**Collected data entries**
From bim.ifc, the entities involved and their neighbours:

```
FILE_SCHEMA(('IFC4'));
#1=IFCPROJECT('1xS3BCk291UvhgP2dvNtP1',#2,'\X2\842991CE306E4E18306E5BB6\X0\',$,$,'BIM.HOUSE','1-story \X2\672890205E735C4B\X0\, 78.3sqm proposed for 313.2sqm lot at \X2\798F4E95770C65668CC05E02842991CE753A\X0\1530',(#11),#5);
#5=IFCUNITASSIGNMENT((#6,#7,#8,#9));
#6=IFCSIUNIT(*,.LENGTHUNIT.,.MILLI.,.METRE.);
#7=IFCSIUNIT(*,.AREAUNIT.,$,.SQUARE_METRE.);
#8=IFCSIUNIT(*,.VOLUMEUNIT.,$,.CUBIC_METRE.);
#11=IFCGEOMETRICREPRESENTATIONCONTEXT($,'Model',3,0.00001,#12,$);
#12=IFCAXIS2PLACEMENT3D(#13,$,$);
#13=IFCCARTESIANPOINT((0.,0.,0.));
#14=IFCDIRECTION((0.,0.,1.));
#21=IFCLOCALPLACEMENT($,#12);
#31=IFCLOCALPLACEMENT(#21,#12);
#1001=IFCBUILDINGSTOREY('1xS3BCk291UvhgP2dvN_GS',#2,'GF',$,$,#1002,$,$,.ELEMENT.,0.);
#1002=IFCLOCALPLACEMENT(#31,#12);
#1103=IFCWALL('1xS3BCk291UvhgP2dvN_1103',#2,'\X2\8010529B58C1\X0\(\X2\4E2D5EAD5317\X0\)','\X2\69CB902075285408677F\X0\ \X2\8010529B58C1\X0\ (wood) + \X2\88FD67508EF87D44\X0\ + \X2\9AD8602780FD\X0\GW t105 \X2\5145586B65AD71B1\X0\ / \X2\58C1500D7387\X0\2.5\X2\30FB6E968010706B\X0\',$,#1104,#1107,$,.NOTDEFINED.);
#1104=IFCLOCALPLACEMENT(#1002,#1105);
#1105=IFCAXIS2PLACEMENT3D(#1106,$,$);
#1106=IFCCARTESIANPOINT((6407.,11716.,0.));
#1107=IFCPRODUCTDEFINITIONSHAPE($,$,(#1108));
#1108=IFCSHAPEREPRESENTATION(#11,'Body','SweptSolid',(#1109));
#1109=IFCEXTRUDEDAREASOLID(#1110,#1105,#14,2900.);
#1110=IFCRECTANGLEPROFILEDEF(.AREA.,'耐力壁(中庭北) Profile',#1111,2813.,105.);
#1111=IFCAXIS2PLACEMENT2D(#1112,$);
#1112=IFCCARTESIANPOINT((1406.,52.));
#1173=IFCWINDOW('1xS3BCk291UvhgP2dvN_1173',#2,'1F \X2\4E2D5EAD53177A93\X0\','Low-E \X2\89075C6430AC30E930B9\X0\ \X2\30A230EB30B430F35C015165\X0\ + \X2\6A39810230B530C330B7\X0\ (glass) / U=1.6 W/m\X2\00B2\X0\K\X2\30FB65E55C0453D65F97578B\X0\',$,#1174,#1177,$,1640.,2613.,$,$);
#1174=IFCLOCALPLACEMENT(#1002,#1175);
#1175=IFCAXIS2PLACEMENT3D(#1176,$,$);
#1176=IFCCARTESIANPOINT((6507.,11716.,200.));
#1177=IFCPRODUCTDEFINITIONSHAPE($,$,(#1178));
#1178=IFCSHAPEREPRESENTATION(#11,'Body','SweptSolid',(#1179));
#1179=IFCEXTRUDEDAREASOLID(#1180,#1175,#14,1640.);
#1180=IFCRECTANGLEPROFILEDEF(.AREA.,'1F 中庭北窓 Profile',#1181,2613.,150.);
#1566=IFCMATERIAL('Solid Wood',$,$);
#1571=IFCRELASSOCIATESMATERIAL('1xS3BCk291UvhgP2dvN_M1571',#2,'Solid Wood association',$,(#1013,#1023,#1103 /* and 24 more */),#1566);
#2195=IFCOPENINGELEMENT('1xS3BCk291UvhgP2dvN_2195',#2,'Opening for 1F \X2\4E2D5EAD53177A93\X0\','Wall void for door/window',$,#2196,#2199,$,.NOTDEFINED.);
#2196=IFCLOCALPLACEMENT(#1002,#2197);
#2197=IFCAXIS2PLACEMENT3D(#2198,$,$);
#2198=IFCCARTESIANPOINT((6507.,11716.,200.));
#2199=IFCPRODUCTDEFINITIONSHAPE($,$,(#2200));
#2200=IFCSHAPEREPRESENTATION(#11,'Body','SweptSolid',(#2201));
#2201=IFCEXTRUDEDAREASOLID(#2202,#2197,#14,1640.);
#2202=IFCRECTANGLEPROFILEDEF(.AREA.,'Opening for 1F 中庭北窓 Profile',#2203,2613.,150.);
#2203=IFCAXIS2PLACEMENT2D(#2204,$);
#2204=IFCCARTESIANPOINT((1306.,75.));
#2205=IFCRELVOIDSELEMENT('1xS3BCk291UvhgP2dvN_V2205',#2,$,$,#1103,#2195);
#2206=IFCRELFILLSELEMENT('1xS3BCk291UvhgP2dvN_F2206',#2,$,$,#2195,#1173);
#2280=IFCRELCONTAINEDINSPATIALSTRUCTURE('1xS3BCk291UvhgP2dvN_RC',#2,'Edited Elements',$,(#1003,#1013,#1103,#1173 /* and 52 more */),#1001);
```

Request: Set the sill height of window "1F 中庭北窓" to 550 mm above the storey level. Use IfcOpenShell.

```python
import numpy as np
import ifcopenshell
import ifcopenshell.api.geometry
import ifcopenshell.geom
import ifcopenshell.util.element
import ifcopenshell.util.placement
import ifcopenshell.util.shape
import ifcopenshell.util.unit

model = ifcopenshell.open("bim.ifc")
unit_scale = ifcopenshell.util.unit.calculate_unit_scale(model)

window = model.by_guid("1xS3BCk291UvhgP2dvN_1173")
opening = window.FillsVoids[0].RelatingOpeningElement
storey = ifcopenshell.util.element.get_container(window, ifc_class="IfcBuildingStorey")
level = ifcopenshell.util.placement.get_local_placement(storey.ObjectPlacement)[2, 3]

# The opening's origin need not be at the sill, so measure its lowest point.
shape = ifcopenshell.geom.create_shape(ifcopenshell.geom.settings(), opening)
bottom = ifcopenshell.util.shape.get_shape_bottom_elevation(shape, shape.geometry) / unit_scale
dz = level + 550.0 - bottom

shift = np.array([0.0, 0.0, dz])
# The window is not placed relative to its opening, so move both.
for product in (opening, window):
    matrix = ifcopenshell.util.placement.get_local_placement(product.ObjectPlacement)
    matrix[:3, 3] += shift
    ifcopenshell.api.geometry.edit_object_placement(model, product=product, matrix=matrix, is_si=False)

print(f"moved by {dz * unit_scale:+.3f} m")

model.write("bim_updated.ifc")
```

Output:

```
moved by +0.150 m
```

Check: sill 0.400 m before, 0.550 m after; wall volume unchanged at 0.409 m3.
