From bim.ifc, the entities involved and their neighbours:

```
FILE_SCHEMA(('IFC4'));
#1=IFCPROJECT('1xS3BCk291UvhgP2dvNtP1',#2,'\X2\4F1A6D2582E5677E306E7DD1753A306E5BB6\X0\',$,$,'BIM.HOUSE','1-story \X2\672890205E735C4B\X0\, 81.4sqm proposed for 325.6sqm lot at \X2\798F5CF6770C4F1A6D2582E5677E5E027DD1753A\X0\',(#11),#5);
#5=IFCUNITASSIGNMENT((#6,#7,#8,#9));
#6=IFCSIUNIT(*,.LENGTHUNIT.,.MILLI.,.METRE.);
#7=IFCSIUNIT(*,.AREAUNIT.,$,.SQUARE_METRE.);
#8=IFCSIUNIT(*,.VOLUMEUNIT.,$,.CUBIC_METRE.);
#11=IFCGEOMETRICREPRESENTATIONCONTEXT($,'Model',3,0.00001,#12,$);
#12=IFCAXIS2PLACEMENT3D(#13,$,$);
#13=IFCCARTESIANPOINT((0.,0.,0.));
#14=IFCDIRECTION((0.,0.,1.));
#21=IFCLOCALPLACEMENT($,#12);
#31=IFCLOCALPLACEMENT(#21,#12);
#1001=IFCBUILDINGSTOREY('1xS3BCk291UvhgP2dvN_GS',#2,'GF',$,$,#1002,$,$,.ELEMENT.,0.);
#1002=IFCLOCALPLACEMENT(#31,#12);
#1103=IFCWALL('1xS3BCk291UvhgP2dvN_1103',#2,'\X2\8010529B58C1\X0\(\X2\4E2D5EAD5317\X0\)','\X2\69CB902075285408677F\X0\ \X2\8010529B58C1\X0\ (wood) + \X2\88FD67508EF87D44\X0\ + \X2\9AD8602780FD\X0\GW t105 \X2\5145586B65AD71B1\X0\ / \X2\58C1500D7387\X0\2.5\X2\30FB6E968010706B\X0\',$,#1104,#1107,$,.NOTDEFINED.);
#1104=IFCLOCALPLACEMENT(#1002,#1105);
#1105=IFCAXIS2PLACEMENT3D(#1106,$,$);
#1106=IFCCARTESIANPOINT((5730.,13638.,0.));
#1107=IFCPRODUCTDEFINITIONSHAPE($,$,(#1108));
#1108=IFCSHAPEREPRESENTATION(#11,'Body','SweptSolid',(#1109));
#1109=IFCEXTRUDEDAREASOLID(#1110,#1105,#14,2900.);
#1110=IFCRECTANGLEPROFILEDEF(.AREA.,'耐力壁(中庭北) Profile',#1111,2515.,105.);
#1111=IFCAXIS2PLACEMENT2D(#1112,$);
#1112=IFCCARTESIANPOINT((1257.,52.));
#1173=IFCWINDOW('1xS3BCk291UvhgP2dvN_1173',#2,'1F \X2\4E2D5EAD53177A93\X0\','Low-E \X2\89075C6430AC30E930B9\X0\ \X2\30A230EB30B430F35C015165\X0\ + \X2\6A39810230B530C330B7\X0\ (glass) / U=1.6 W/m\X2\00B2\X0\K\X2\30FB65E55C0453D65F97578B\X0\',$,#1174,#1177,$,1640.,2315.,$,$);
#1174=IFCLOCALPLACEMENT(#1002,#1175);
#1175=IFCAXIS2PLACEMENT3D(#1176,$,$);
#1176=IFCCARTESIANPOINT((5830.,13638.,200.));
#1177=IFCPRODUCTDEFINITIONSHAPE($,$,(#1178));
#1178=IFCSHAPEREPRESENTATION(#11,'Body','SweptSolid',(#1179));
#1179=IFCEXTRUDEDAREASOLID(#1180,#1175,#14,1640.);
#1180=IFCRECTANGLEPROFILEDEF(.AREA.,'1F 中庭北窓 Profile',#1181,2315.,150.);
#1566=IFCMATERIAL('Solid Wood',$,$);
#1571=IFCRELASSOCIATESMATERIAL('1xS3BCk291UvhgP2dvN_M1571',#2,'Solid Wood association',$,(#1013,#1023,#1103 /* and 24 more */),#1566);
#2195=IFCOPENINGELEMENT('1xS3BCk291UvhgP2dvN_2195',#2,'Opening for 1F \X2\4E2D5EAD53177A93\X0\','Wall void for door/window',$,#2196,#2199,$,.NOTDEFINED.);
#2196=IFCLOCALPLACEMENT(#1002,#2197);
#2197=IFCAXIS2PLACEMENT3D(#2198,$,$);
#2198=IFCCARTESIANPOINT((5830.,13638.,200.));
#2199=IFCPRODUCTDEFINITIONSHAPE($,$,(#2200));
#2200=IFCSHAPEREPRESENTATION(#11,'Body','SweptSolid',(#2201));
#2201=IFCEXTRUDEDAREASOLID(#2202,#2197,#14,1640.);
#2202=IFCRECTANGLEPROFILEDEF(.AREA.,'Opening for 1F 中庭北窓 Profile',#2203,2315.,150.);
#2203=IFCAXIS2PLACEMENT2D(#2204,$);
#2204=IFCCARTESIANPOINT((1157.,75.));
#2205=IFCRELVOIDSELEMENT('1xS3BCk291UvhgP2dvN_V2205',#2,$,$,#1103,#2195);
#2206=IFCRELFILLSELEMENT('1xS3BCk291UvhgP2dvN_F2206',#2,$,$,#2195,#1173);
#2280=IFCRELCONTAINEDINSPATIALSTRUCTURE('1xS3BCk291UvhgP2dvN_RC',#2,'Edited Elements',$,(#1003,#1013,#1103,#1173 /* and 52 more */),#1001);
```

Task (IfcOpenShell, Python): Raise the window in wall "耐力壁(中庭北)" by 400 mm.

```python
import numpy as np
import ifcopenshell
import ifcopenshell.api.geometry
import ifcopenshell.util.placement
import ifcopenshell.util.unit

model = ifcopenshell.open("bim.ifc")
unit_scale = ifcopenshell.util.unit.calculate_unit_scale(model)

window = model.by_guid("1xS3BCk291UvhgP2dvN_1173")
opening = window.FillsVoids[0].RelatingOpeningElement
dz = 400.0

shift = np.array([0.0, 0.0, dz])
# The window is not placed relative to its opening, so move both.
for product in (opening, window):
    matrix = ifcopenshell.util.placement.get_local_placement(product.ObjectPlacement)
    matrix[:3, 3] += shift
    ifcopenshell.api.geometry.edit_object_placement(model, product=product, matrix=matrix, is_si=False)

print(f"moved by {dz * unit_scale:+.3f} m")

model.write("bim-out.ifc")
```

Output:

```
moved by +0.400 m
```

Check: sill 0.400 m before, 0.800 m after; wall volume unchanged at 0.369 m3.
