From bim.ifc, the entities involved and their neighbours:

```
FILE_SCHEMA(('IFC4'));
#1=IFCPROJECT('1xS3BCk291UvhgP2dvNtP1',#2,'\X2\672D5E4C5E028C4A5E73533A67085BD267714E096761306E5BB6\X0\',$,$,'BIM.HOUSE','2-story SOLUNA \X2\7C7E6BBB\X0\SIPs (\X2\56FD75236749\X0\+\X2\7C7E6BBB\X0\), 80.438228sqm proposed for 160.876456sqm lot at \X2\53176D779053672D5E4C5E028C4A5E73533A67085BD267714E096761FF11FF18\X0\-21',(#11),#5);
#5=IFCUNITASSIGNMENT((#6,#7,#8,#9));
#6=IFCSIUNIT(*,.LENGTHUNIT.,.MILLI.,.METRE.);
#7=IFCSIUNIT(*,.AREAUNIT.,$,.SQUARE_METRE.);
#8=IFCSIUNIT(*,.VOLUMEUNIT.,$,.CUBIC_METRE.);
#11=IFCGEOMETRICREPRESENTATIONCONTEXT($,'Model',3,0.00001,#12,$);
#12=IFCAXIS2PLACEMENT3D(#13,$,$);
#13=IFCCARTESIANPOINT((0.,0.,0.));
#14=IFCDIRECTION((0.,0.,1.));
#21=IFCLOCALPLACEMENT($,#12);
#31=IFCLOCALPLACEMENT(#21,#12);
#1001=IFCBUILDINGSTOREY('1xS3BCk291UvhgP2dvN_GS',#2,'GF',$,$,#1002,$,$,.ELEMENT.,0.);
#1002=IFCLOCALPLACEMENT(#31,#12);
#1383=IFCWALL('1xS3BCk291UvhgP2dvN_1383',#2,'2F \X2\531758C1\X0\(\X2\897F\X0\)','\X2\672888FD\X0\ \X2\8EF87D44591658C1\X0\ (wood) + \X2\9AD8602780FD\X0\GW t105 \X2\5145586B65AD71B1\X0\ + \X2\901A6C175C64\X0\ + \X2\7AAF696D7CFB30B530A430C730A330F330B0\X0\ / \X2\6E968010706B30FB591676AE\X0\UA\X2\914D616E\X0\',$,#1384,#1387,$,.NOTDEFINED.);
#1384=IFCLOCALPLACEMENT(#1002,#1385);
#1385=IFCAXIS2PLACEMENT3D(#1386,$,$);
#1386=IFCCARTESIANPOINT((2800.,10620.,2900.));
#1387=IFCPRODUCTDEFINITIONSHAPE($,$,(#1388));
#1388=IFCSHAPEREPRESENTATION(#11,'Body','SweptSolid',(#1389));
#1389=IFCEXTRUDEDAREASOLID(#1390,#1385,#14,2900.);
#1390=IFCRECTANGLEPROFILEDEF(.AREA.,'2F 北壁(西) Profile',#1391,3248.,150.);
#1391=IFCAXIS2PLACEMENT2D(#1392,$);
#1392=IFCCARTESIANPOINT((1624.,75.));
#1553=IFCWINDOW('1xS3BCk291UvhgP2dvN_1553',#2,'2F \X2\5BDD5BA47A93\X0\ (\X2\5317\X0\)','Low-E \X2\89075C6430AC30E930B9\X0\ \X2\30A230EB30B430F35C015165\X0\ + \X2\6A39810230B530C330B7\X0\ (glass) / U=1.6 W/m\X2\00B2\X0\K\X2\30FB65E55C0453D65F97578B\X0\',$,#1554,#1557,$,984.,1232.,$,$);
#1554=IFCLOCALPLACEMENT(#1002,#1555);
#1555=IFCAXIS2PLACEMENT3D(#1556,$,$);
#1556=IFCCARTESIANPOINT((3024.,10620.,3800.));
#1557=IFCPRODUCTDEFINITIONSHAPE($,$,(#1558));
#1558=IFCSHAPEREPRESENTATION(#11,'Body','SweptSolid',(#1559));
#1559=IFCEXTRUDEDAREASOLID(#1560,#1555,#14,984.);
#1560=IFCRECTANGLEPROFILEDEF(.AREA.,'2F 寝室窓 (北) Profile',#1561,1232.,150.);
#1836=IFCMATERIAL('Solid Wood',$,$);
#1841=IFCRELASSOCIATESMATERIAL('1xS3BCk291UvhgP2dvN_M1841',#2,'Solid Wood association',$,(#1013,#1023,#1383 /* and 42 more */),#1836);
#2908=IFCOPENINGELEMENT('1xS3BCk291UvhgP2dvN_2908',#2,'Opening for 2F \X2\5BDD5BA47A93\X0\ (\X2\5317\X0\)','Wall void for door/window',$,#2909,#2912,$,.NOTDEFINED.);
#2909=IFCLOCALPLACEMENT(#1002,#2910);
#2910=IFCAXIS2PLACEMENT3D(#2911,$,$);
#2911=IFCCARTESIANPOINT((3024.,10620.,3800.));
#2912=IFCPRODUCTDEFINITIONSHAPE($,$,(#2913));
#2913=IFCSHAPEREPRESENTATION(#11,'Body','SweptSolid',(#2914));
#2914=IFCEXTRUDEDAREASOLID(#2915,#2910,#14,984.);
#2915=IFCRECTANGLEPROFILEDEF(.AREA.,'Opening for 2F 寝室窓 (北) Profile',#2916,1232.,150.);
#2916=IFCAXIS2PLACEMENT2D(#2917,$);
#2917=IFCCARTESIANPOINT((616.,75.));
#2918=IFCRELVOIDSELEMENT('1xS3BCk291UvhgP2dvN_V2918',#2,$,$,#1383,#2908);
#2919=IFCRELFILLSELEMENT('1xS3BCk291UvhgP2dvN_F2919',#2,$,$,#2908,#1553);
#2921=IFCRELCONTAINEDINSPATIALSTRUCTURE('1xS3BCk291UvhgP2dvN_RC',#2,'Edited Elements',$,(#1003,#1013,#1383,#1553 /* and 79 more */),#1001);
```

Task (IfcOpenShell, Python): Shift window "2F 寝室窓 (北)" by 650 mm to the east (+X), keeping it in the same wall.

```python
import ifcopenshell
import ifcopenshell.api.geometry
import ifcopenshell.util.placement
import ifcopenshell.util.unit

model = ifcopenshell.open("bim.ifc")
unit_scale = ifcopenshell.util.unit.calculate_unit_scale(model)

window = model.by_guid("1xS3BCk291UvhgP2dvN_1553")
opening = window.FillsVoids[0].RelatingOpeningElement
wall = opening.VoidsElements[0].RelatingBuildingElement

wall_matrix = ifcopenshell.util.placement.get_local_placement(wall.ObjectPlacement)
shift = wall_matrix[:3, 0] * 0.65 / unit_scale
before = ifcopenshell.util.placement.get_local_placement(window.ObjectPlacement)[:3, 3].copy()

# The window is not placed relative to its opening, so move both.
for product in (opening, window):
    matrix = ifcopenshell.util.placement.get_local_placement(product.ObjectPlacement)
    matrix[:3, 3] += shift
    ifcopenshell.api.geometry.edit_object_placement(model, product=product, matrix=matrix, is_si=False)

after = ifcopenshell.util.placement.get_local_placement(window.ObjectPlacement)[:3, 3]
print("window moved by", (after - before).round(3) + 0.0)

model.write("bim_updated.ifc")
```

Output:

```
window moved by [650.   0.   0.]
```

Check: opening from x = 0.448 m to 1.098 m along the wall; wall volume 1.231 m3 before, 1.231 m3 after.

**Exercise aim**
If a line in the entries contains the word "IFCPROJECT", copy that line out.

**Answer section**
#1=IFCPROJECT('1xS3BCk291UvhgP2dvNtP1',#2,'\X2\842991CE306E4E18306E5BB6\X0\',$,$,'BIM.HOUSE','1-story \X2\672890205E735C4B\X0\, 78.3sqm proposed for 313.2sqm lot at \X2\798F4E95770C65668CC05E02842991CE753A\X0\1530',(#11),#5);
#1=IFCPROJECT('1xS3BCk291UvhgP2dvNtP1',#2,'\X2\4F1A6D2582E5677E306E7DD1753A306E5BB6\X0\',$,$,'BIM.HOUSE','1-story \X2\672890205E735C4B\X0\, 81.4sqm proposed for 325.6sqm lot at \X2\798F5CF6770C4F1A6D2582E5677E5E027DD1753A\X0\',(#11),#5);
#1=IFCPROJECT('1xS3BCk291UvhgP2dvNtP1',#2,'\X2\672D5E4C5E028C4A5E73533A67085BD267714E096761306E5BB6\X0\',$,$,'BIM.HOUSE','2-story SOLUNA \X2\7C7E6BBB\X0\SIPs (\X2\56FD75236749\X0\+\X2\7C7E6BBB\X0\), 80.438228sqm proposed for 160.876456sqm lot at \X2\53176D779053672D5E4C5E028C4A5E73533A67085BD267714E096761FF11FF18\X0\-21',(#11),#5);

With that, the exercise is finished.